Как‑то, прилетев в Минск, я столкнулся на аэродроме с одним из ближайших и старейших друзей Мики, известным филологом Георгием Степановым, будущим академиком; он улетал домой с какой‑то конференции, я прилетел на другую. Мы успели перекинуться несколькими словами о последней книге Мики, я к тому времени ее уже получил и прочел…
– Ну, как структурирует! – на ходу вскричал Степанов.
Действительно, структурировал как бог. Систематизирующая сила его ума была такова, что если бы он застал мир в состоянии добытийного хаоса, он бы справился с божественной задачей наведения порядка – хотя бы идеально.
Но систематика как упорядочение художественного и культурного миров, необходимая и интересная сама по себе, – это всего лишь таксономический уровень, своды цокольного этажа. Над нею надстраивается собственно системный подход – как описание и исследование сложных целостностей. Там порядки становятся структурами, там выявляются связи и взаимодействия между элементами, там целое становится чем‑то иным и большим, нежели сумма составляющих его частей. Но и эта стадия суммарного дискурса – не последняя. Здание венчает сверхсистема, система систем, охватывающий универсальный замысел или всеобщий принцип.
Для наглядности я украду прием:
Работы последний лет прояснили, по крайней мере для меня, природу этого принципа и его зависимость от философской личности Мики. «Философская личность» – можно так выразиться? Я имею в виду то устойчивое ядро философствования, которое сохраняется при всех метаморфозах интеллектуальной эволюции и связано с глубинными константами личности самыми крепкими и интимными узами.
Катастрофа реального социализма и завершенный ею кризис марксизма сделали этот принцип хорошо различимым.
Когда‑то, наверное в самом конце пятидесятых годов, наша коллега и общая знакомая сказала мне о Мике с некоторым разочарованием – да оказывается, он марксист!
– А ты что думала? – спросил у нее я, в те времена тоже марксист.
– Я думала, что он Маркс!
Вот тут, после бала, когда марксизм Кагана обесцветился под влиянием обстоятельств и в результате собственного внутреннего развития, оказалось, что он – нет, не Маркс, нет.
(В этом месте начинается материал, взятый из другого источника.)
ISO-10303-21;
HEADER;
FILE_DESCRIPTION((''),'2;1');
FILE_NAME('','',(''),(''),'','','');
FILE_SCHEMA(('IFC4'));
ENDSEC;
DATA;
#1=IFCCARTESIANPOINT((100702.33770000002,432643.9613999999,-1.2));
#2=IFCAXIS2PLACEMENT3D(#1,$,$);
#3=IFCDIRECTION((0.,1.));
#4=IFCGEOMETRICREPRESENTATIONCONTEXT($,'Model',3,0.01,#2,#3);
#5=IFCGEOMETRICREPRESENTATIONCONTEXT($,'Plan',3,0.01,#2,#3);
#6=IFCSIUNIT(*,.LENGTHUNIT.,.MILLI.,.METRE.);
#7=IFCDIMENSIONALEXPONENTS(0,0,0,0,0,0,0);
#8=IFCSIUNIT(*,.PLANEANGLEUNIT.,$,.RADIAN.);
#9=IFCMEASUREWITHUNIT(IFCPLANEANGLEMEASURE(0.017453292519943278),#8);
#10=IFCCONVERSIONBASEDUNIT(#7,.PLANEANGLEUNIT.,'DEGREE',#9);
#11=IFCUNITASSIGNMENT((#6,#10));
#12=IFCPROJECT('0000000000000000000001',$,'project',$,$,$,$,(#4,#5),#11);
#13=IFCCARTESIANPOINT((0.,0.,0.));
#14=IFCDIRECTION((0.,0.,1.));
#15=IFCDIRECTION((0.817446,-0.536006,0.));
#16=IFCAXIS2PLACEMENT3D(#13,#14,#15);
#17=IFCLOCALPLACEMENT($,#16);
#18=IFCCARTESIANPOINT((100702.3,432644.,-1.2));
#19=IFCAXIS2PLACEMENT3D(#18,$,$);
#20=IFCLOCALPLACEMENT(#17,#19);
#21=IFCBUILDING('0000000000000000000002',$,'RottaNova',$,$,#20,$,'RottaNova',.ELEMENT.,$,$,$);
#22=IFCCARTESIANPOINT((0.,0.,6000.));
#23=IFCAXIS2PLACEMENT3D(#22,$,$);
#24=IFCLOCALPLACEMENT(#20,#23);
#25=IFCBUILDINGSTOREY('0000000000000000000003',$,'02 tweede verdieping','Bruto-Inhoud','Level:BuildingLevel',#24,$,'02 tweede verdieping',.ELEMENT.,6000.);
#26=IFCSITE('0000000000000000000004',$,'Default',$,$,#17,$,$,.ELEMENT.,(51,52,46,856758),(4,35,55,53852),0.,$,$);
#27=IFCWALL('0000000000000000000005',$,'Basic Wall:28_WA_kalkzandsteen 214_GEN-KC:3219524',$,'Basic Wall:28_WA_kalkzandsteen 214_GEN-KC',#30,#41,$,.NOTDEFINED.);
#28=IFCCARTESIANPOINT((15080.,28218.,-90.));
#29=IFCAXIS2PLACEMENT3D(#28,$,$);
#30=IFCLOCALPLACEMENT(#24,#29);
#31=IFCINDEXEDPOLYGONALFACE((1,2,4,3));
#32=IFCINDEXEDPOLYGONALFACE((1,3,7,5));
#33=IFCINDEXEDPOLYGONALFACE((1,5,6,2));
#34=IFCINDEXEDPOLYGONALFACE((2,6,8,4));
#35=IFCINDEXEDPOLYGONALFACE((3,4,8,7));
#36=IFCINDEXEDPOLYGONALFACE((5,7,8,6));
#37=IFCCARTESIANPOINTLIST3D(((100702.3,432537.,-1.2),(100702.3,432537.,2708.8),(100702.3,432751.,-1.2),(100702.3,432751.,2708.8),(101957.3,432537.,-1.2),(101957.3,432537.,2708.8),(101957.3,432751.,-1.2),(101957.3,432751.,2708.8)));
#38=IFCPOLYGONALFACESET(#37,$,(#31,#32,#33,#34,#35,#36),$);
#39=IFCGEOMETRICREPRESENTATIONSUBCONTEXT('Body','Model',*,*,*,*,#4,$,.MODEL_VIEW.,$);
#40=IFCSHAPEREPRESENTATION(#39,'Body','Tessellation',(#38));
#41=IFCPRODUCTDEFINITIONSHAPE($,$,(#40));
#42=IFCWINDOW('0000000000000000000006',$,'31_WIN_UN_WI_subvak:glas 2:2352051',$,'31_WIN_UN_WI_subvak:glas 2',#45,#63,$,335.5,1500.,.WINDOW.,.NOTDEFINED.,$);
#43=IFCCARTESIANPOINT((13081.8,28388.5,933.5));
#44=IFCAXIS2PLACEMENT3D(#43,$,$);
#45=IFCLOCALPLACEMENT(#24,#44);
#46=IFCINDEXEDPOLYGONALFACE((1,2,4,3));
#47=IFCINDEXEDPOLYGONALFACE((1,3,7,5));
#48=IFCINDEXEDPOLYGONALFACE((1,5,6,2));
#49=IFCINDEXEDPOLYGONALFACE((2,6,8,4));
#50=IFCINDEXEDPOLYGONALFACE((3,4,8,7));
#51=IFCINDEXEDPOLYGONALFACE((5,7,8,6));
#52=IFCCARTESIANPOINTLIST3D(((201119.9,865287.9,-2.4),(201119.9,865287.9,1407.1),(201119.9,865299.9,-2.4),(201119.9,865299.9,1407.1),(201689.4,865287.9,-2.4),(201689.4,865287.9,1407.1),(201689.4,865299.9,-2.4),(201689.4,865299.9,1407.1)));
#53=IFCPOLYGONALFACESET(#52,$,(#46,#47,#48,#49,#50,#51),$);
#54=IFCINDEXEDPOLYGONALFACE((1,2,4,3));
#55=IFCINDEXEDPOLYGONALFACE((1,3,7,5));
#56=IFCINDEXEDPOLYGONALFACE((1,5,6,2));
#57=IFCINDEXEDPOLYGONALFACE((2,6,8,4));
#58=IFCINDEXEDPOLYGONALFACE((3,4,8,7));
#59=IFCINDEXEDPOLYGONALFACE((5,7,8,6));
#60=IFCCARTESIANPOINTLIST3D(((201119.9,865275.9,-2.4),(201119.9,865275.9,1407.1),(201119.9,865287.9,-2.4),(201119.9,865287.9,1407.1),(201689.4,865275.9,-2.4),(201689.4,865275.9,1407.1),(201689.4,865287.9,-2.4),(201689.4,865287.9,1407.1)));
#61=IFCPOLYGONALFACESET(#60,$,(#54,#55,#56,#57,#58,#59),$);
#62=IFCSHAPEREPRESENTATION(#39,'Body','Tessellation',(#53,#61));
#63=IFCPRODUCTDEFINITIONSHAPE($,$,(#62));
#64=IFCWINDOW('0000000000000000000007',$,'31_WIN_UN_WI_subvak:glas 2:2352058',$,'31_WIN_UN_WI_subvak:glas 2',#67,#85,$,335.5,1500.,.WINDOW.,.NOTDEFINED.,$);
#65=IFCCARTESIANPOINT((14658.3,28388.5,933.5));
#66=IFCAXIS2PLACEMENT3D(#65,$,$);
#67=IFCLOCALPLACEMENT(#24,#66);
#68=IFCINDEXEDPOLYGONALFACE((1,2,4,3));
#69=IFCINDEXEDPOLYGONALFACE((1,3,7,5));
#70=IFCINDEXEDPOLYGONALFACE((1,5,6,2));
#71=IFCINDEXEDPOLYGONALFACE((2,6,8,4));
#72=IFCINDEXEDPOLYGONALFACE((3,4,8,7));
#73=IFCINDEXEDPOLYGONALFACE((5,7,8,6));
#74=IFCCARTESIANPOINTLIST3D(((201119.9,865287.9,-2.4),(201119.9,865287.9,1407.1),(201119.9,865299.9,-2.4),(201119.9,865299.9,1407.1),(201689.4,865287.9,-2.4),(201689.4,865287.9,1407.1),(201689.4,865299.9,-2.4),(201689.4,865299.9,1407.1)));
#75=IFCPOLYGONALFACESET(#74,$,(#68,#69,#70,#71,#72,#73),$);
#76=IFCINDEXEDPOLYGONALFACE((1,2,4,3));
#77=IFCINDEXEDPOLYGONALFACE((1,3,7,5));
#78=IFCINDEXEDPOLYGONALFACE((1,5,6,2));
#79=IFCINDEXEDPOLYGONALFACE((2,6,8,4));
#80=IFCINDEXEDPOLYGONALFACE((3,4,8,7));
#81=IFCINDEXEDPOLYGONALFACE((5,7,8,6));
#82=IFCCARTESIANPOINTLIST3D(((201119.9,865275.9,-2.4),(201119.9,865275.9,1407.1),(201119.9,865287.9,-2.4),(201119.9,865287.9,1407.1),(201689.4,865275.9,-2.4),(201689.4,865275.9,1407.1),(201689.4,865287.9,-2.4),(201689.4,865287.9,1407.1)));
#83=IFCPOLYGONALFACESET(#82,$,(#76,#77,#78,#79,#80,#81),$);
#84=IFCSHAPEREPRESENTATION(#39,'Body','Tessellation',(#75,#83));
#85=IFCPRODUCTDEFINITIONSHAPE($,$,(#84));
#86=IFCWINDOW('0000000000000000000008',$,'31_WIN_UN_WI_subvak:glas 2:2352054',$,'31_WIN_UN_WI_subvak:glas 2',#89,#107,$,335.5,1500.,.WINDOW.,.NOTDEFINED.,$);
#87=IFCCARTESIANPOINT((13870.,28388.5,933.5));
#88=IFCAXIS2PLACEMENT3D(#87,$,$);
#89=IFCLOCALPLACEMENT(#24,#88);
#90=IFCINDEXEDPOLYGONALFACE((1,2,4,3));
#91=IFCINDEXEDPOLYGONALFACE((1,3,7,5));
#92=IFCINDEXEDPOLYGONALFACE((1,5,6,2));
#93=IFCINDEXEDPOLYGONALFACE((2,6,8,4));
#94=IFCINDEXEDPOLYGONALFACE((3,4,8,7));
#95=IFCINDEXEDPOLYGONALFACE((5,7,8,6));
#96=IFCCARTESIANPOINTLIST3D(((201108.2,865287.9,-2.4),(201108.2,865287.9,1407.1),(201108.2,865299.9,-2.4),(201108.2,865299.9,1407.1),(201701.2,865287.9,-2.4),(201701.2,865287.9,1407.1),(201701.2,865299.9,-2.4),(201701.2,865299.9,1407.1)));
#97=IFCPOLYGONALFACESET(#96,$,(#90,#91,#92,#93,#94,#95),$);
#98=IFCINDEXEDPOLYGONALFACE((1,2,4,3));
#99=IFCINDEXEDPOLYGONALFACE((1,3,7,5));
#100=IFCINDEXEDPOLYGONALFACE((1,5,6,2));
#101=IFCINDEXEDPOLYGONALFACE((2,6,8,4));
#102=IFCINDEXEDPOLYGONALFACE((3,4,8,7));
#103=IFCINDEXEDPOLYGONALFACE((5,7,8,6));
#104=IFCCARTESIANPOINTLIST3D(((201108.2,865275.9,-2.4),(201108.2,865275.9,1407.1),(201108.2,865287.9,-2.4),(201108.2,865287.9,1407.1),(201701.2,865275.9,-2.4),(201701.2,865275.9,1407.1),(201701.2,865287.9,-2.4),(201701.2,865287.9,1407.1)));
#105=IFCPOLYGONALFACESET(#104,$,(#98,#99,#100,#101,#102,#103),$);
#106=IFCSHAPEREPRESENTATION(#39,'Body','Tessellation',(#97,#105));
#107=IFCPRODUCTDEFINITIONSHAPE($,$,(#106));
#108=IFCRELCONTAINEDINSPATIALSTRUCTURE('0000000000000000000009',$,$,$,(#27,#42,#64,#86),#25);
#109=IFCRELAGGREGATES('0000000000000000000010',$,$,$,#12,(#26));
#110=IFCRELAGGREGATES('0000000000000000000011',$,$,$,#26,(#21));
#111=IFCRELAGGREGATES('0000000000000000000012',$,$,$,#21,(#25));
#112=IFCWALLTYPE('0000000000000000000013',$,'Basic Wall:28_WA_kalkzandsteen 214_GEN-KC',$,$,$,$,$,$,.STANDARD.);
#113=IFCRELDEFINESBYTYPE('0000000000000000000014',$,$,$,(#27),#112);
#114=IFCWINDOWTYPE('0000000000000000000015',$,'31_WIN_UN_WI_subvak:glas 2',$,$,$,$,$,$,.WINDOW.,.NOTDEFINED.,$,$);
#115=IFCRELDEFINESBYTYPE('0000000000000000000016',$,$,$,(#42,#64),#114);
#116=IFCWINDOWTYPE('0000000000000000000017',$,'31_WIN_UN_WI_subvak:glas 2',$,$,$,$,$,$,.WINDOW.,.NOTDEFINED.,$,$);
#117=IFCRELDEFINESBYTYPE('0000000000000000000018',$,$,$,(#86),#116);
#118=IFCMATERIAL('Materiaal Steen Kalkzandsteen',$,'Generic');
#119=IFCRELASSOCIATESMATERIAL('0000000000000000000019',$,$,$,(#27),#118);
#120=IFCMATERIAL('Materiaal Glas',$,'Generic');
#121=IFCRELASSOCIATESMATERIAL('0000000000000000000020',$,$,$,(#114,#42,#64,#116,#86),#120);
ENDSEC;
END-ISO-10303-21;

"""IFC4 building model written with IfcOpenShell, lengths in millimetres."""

from ifc_helpers import new_model, entity, si_unit, converted_unit, direction, frame, place, context, subcontext, project, spatial, indexed_curve, outline, extrude, source, transform, mapped, material, type_object, type_shapes, element, save


model = new_model("IFC4")

# Units and contexts
model_context = context("Model", 3, precision=0.01, world=frame((100702.33770000002, 432643.9613999999, -1.2)), true_north=direction((0.0, 1.0)))
plan_context = context("Plan", 3, precision=0.01, world=frame((100702.33770000002, 432643.9613999999, -1.2)), true_north=direction((0.0, 1.0)))
body_context = subcontext(model_context, "Body", "Model", "MODEL_VIEW")
ifc_project = project(units=[si_unit("LENGTHUNIT", "METRE", prefix="MILLI"), converted_unit("PLANEANGLEUNIT", "DEGREE", entity("IfcPlaneAngleMeasure", 0.017453292519943278), si_unit("PLANEANGLEUNIT", "RADIAN"), dimensions=[0, 0, 0, 0, 0, 0, 0])], contexts=[model_context, plan_context])

# Site, building, storey
site_placement = place(None, frame((0.0, 0.0, 0.0), z_axis=(0.0, 0.0, 1.0), x_axis=(0.817446, -0.536006, 0.0)))
site = spatial("IfcSite", under=ifc_project, at=site_placement, Name="Default", CompositionType="ELEMENT", RefLatitude=(51, 52, 46, 856758), RefLongitude=(4, 35, 55, 53852), RefElevation=0.0)
building_placement = place(site_placement, frame((100702.3, 432644.0, -1.2)))
building = spatial("IfcBuilding", under=site, at=building_placement, Name="RottaNova", LongName="RottaNova", CompositionType="ELEMENT")
storey_placement = place(building_placement, frame((0.0, 0.0, 6000.0)))
storey = spatial("IfcBuildingStorey", under=building, at=storey_placement, Name="02 tweede verdieping", Description="Bruto-Inhoud", ObjectType="Level:BuildingLevel", LongName="02 tweede verdieping", CompositionType="ELEMENT", Elevation=6000.0)

# Shared definitions
ifc_material_1 = material(Name="Materiaal Glas", Category="Generic")

# Wall
ifc_material_2 = material(Name="Materiaal Steen Kalkzandsteen", Category="Generic")
wall_type = type_object("IfcWallType", Name="Basic Wall:28_WA_kalkzandsteen 214_GEN-KC", PredefinedType="STANDARD")
wall_placement = place(storey_placement, frame((15080.0, 28218.0, -90.0)))
element("IfcWall", 1, at=wall_placement, inside=storey, type_object=wall_type, material=ifc_material_2, Name="Basic Wall:28_WA_kalkzandsteen 214_GEN-KC:3219524", ObjectType="Basic Wall:28_WA_kalkzandsteen 214_GEN-KC", PredefinedType="NOTDEFINED", context=body_context, shape_type="SweptSolid", body=[
    extrude(outline(indexed_curve([(1255.0, 107.0), (0.0, 107.0), (0.0, -107.0), (1255.0, -107.0), (1255.0, 107.0)], self_intersect=False)), frame((100702.3, 432644.0, -1.2)), (0.0, 0.0, 1.0), 2710.0),
])

# Windows
window_type_1 = type_object("IfcWindowType", Name="31_WIN_UN_WI_subvak:glas 2", PartitioningType="NOTDEFINED", PredefinedType="WINDOW", material=ifc_material_1)
shared_shape_1 = source(frame((100702.3, 432644.0, -1.2)), body_context, "Body", "SweptSolid", [
    extrude(outline(indexed_curve([(-6.0, -284.7), (6.0, -284.7), (6.0, 284.7), (-6.0, 284.7), (-6.0, -284.7)], self_intersect=False)), frame((0.0, 6.0, 0.0), z_axis=(0.0, 0.0, 1.0), x_axis=(0.0, -1.0, 0.0)), (0.0, 0.0, 1.0), 1409.5),
    extrude(outline(indexed_curve([(-6.0, -284.8), (6.0, -284.8), (6.0, 284.8), (-6.0, 284.8), (-6.0, -284.8)], self_intersect=False)), frame((0.0, -6.0, 0.0), z_axis=(0.0, 0.0, 1.0), x_axis=(0.0, -1.0, 0.0)), (0.0, 0.0, 1.0), 1409.5),
])
type_shapes(window_type_1, [shared_shape_1])
for number, where, name in (
    (2, (13081.8, 28388.5, 933.5), "31_WIN_UN_WI_subvak:glas 2:2352051"),
    (3, (14658.3, 28388.5, 933.5), "31_WIN_UN_WI_subvak:glas 2:2352058"),
):
    element("IfcWindow", number, at=place(storey_placement, frame(where)), inside=storey, type_object=window_type_1, material=ifc_material_1, Name=name, ObjectType="31_WIN_UN_WI_subvak:glas 2", OverallHeight=335.5, OverallWidth=1500.0, PartitioningType="NOTDEFINED", PredefinedType="WINDOW", context=body_context, shape_type="MappedRepresentation", body=[
        mapped(shared_shape_1, transform((100702.3, 432644.0, -1.2), scale=1.0)),
    ])
window_type_2 = type_object("IfcWindowType", Name="31_WIN_UN_WI_subvak:glas 2", PartitioningType="NOTDEFINED", PredefinedType="WINDOW", material=ifc_material_1)
shared_shape_2 = source(frame((100702.3, 432644.0, -1.2)), body_context, "Body", "SweptSolid", [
Но и не марксист. Оказалось, что он – Каган.
В основе всего был персональный исторический оптимизм и историческое нетерпение. В конце концов, все или почти все, о чем он писал и говорил, было так или иначе вписано в историю.
Хотя структуры, которые он выстраивал и изучал, иногда казались вневременными, это были либо иллюзии, либо издержки изложения. Под ними, как движущее, порождающее, проявляющее и изменяющее начало, струилась история. История должна была иметь смысл и цель, и эта цель должна быть различима, дана мудрому зрению. Речь шла не о прогностических интуициях, но об объективной и интеллектуально постижимой логике исторического процесса.
Еще в годы моего студенчества он говорил мне, что для него идеалом письма с самого начала был Гегель – его логика, его неумолимое, последовательное, шаг за шагом, возведение всеохватывающей философской конструкции, исходящей из заложенных в основание начал. Но, кажется, следует подумать не только и не столько об идеале философского дискурса, сколько о его сокровенной содержательной сути. Конечно, нашему поколению, вскормленному марксизмом, Марксов финализм представлялся верным, а гегелевский – ошибочным. Но в конечном счете, оказывается, дело было не в Марксе. Дело было в понимании и переживании истории как направленного движения к высшему состоянию гармонии, человечности, всеобщего блага. Такова, вопреки всем отклонениям и возвратам, конечная цель исторического восхождения человечества. Поэтому ветшающего Маркса с его историософской схемой мог сменить естественник Илья Пригожин, формулировавший в своей синергетике всеобщий закон развития систем. Там, у Пригожина, присутствует аттрактор – некий сокрытый, упрятанный в самом процессе притягивающий полюс, который позволяет системе, находящейся в хаотическом состоянии, стихийно выбрать оптимальный путь самоорганизации. Если закон всеобщий, то он распространяется на социальные и культурные системы. Принцип аттрактора, куда более тонкий, нежели принцип конечной причины, causa final is, позволял по – новому истолковать и обосновать век– торность истории культуры.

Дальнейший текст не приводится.